» Input for this task
───

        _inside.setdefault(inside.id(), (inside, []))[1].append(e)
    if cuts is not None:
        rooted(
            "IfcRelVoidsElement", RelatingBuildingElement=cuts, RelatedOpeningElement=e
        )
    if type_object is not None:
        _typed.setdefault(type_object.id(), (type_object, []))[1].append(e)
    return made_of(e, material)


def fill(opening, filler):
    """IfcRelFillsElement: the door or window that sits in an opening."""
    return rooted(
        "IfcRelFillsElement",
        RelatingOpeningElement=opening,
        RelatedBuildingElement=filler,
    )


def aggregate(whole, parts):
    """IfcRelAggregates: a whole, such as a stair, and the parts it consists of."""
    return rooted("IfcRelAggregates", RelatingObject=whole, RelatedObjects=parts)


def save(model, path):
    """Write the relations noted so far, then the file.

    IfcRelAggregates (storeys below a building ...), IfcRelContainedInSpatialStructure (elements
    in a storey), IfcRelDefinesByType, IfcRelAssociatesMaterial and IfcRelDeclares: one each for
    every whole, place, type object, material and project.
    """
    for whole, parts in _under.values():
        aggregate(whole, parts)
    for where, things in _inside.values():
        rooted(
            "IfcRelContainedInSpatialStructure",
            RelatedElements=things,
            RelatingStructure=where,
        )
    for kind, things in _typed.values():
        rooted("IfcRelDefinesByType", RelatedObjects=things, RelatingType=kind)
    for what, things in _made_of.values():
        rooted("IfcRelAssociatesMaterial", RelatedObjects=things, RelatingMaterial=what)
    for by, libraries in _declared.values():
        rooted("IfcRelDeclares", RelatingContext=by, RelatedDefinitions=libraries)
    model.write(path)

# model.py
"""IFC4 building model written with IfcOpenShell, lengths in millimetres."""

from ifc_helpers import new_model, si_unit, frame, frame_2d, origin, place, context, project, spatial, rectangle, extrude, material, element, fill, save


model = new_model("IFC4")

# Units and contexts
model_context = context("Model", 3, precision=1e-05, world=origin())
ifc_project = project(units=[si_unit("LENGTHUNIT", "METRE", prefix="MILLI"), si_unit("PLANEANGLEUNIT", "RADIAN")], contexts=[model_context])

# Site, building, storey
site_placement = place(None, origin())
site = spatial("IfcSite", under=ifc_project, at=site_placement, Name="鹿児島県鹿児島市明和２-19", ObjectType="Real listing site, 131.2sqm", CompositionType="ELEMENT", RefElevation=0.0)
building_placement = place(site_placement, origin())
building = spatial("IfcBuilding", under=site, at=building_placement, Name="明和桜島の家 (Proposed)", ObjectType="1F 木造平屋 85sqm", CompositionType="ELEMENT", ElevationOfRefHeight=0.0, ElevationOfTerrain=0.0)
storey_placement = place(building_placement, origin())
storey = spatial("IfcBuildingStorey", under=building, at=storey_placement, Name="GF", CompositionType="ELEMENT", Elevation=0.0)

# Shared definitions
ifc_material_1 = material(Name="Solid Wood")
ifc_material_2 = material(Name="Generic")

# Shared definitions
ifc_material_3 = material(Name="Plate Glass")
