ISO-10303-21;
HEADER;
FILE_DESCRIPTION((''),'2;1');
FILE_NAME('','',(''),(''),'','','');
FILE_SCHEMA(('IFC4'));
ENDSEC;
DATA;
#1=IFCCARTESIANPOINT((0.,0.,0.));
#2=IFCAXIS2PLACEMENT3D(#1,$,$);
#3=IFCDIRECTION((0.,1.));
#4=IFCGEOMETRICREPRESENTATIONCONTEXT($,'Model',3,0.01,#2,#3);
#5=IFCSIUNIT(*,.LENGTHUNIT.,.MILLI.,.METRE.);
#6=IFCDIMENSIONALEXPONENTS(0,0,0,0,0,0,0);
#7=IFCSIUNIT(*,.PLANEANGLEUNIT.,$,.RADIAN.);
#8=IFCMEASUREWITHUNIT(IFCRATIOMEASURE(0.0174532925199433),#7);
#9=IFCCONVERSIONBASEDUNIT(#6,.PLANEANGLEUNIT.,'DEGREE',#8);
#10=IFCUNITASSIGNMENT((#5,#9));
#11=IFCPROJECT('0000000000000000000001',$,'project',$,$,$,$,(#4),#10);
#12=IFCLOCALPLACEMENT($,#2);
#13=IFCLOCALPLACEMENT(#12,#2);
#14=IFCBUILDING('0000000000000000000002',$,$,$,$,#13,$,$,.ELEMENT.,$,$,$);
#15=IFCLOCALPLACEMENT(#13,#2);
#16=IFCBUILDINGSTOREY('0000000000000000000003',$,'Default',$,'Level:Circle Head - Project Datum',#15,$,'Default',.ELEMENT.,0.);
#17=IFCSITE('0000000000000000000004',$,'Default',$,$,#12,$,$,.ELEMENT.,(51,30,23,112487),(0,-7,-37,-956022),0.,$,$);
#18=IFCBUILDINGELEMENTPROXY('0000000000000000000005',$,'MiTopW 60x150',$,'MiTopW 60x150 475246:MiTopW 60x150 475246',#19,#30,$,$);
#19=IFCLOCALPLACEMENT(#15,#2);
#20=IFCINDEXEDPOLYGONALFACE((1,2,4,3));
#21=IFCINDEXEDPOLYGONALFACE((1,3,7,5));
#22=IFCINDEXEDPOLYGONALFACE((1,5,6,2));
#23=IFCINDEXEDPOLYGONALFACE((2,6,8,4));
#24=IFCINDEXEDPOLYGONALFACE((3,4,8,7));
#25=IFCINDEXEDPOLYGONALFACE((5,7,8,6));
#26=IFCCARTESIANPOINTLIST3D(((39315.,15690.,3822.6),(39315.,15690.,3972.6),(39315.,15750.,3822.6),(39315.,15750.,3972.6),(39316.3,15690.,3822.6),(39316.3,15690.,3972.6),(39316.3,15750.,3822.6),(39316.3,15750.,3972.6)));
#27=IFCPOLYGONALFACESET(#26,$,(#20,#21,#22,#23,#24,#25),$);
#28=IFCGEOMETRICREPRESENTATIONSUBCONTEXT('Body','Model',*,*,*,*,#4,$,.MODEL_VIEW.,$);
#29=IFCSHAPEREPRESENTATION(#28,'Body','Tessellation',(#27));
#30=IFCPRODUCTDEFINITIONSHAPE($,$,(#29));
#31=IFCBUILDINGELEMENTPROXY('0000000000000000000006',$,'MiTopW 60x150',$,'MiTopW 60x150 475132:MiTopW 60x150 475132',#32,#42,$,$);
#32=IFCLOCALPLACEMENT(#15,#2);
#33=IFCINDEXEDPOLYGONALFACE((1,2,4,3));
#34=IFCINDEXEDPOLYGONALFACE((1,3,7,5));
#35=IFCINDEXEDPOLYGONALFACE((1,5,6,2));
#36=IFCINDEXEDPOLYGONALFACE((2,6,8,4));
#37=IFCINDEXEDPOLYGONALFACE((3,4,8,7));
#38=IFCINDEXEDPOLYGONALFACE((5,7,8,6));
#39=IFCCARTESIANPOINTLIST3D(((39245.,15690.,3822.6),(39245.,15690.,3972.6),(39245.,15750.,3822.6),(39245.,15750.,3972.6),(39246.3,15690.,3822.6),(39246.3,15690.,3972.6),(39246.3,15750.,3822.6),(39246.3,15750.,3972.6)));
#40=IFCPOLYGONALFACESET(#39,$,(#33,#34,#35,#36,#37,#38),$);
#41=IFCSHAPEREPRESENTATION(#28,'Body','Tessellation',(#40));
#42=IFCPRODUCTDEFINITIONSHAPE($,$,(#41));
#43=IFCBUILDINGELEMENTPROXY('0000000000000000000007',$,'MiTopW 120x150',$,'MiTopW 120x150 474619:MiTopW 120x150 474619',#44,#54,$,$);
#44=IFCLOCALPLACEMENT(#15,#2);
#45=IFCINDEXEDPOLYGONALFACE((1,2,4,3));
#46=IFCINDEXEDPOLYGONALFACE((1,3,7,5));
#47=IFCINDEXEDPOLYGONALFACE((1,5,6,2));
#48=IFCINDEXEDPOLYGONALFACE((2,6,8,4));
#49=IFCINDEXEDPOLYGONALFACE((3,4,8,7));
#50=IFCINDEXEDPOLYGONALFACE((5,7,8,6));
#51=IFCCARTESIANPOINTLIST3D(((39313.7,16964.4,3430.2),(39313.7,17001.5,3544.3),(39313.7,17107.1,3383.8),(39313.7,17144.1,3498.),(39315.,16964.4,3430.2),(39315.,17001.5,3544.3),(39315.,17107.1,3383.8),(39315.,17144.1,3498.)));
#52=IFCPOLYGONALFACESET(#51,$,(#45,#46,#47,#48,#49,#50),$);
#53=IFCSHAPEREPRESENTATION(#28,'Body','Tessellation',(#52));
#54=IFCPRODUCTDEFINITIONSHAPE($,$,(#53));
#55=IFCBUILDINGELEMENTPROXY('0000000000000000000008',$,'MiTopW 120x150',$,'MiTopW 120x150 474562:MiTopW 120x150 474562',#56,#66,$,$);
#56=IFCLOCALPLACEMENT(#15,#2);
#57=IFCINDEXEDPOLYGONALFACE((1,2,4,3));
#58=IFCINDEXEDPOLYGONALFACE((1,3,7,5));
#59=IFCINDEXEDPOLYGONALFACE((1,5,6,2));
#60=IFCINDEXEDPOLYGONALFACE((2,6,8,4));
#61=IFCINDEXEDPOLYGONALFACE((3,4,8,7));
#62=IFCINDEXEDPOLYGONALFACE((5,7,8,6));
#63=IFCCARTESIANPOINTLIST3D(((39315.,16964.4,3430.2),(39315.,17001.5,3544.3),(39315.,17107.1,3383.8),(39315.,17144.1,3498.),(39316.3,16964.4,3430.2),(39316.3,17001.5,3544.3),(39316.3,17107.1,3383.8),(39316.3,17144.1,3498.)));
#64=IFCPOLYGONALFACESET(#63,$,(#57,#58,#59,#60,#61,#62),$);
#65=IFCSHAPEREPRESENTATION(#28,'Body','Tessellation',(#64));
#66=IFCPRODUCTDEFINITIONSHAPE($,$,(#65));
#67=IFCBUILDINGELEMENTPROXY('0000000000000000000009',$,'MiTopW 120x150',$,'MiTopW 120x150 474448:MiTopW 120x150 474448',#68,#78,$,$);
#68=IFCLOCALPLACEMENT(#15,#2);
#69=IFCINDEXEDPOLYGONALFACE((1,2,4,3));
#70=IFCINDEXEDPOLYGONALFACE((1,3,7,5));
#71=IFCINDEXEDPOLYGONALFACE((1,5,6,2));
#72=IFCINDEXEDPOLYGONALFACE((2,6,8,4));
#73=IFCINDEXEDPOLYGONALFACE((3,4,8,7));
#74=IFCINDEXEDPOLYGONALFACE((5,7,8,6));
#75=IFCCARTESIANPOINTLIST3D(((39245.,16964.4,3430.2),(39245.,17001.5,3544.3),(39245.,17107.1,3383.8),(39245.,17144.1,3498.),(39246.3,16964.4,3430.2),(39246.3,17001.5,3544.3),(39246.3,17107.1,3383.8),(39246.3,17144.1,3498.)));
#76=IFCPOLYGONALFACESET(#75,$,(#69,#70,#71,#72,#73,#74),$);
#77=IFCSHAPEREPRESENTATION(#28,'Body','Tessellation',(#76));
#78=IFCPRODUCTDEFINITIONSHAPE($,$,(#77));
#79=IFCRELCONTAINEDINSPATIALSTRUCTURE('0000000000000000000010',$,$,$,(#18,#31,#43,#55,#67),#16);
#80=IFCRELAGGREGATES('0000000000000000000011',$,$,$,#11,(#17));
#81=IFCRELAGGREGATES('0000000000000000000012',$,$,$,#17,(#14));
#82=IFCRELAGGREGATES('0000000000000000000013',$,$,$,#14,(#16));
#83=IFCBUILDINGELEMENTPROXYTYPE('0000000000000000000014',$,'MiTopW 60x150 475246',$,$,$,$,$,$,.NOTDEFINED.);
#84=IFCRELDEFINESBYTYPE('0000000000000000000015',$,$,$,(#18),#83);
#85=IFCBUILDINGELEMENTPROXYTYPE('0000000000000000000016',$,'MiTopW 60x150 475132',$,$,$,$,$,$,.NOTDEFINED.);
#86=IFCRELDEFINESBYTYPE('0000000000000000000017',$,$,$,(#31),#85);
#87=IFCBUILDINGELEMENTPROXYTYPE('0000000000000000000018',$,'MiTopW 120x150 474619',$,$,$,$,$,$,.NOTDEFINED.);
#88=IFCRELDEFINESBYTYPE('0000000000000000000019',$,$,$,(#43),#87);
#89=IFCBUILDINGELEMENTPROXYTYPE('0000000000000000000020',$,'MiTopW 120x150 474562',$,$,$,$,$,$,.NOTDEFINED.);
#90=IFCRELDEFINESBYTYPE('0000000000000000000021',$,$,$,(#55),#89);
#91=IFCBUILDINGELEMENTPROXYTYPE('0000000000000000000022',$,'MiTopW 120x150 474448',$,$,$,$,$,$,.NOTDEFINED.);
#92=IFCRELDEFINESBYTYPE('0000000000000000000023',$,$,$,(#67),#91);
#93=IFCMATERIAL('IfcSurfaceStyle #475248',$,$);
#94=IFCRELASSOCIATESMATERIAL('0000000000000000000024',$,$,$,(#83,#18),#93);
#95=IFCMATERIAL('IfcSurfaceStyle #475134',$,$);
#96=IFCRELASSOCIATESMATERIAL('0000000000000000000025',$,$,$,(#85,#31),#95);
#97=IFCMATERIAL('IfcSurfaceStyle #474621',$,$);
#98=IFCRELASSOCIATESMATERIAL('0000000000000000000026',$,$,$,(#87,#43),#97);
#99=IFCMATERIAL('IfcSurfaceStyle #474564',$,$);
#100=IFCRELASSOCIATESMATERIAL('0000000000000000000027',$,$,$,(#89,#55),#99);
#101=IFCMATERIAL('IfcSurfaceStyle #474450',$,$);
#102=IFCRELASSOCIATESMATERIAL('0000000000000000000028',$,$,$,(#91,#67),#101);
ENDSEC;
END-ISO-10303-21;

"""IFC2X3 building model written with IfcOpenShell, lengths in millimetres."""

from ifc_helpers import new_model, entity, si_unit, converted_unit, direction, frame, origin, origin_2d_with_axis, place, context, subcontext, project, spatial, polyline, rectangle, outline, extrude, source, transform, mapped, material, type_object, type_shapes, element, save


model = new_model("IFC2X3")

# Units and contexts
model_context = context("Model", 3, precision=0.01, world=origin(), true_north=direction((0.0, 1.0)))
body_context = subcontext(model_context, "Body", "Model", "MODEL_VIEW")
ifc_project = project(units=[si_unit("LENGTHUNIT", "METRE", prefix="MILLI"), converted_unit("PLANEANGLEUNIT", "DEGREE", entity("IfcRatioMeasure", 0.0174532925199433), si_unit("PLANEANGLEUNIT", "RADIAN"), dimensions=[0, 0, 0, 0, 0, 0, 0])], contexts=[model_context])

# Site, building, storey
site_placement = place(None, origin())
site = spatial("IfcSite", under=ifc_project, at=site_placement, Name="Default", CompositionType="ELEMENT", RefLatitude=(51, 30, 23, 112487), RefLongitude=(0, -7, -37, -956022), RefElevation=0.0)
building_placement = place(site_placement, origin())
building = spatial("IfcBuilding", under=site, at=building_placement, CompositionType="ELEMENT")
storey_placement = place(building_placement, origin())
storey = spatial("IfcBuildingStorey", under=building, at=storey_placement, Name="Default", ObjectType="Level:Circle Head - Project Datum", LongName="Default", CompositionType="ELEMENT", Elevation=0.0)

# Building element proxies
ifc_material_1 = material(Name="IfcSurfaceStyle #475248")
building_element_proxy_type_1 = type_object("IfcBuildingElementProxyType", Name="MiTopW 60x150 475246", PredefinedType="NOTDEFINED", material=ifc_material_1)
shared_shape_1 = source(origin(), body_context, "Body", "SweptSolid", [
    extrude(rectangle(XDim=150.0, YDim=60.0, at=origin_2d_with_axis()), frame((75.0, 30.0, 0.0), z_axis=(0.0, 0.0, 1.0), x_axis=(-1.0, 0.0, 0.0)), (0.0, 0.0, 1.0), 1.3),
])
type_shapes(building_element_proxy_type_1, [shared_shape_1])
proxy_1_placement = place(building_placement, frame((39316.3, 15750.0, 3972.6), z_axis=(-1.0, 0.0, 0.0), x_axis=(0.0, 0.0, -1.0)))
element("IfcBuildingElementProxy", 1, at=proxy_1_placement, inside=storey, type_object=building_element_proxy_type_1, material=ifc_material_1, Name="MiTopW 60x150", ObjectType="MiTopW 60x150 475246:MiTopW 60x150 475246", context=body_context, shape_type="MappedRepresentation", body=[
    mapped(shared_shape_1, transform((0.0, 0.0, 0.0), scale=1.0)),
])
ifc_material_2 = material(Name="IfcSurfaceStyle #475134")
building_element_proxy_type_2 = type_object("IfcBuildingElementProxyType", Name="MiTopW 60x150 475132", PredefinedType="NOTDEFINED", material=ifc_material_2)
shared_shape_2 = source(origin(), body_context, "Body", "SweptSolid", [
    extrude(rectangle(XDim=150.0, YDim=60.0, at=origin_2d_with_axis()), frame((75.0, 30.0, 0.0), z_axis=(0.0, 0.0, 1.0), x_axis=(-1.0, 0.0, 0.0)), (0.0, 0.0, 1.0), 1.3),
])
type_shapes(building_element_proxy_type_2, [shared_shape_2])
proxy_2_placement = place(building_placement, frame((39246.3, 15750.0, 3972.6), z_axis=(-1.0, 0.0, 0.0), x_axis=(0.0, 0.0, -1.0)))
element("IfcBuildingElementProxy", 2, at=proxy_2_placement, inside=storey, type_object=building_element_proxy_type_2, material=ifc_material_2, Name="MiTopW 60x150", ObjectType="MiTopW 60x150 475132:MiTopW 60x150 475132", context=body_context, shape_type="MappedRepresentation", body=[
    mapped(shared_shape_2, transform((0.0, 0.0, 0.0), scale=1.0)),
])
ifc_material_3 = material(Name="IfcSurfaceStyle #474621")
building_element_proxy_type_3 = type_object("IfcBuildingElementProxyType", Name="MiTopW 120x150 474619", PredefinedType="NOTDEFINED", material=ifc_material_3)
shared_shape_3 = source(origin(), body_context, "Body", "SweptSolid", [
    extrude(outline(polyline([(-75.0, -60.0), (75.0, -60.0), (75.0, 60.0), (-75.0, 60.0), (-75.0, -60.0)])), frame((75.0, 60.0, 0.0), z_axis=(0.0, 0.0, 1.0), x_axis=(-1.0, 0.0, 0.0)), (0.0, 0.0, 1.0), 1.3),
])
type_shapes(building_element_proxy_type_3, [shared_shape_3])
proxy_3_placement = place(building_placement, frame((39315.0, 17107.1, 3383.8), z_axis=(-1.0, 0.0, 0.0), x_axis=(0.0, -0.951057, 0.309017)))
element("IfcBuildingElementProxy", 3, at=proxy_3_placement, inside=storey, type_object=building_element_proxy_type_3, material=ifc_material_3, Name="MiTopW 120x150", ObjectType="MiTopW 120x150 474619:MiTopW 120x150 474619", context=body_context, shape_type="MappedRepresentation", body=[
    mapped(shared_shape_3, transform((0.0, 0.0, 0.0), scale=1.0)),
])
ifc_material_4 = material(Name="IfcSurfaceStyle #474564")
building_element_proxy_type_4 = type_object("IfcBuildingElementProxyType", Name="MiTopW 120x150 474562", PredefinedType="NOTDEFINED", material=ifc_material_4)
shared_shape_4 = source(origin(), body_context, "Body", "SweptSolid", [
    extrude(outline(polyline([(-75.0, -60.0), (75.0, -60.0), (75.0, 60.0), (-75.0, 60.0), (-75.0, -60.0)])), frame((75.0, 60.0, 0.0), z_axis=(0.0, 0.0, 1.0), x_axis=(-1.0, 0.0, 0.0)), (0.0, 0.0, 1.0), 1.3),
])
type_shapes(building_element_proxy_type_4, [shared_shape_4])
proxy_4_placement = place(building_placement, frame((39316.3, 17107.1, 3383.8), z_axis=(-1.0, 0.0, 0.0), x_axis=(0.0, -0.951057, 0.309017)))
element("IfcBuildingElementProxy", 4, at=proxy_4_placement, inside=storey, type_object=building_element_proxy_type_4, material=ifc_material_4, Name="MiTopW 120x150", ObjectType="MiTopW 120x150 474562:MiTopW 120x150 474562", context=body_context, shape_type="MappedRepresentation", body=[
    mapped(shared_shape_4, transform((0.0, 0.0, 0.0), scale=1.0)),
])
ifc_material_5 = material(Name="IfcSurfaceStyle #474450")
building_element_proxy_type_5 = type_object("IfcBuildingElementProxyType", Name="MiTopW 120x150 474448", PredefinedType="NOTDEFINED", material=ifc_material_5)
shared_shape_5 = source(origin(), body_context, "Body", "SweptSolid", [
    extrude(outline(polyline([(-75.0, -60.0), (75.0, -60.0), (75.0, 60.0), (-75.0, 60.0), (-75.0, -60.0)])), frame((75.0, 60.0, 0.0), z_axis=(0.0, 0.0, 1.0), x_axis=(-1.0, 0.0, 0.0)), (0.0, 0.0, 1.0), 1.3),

───

» Exercise brief
Which lines of the data contain the string "IFCPOLYGONALFACESET"? Copy each one.

» Result below
#27=IFCPOLYGONALFACESET(#26,$,(#20,#21,#22,#23,#24,#25),$);
#40=IFCPOLYGONALFACESET(#39,$,(#33,#34,#35,#36,#37,#38),$);
#52=IFCPOLYGONALFACESET(#51,$,(#45,#46,#47,#48,#49,#50),$);
#64=IFCPOLYGONALFACESET(#63,$,(#57,#58,#59,#60,#61,#62),$);
#76=IFCPOLYGONALFACESET(#75,$,(#69,#70,#71,#72,#73,#74),$);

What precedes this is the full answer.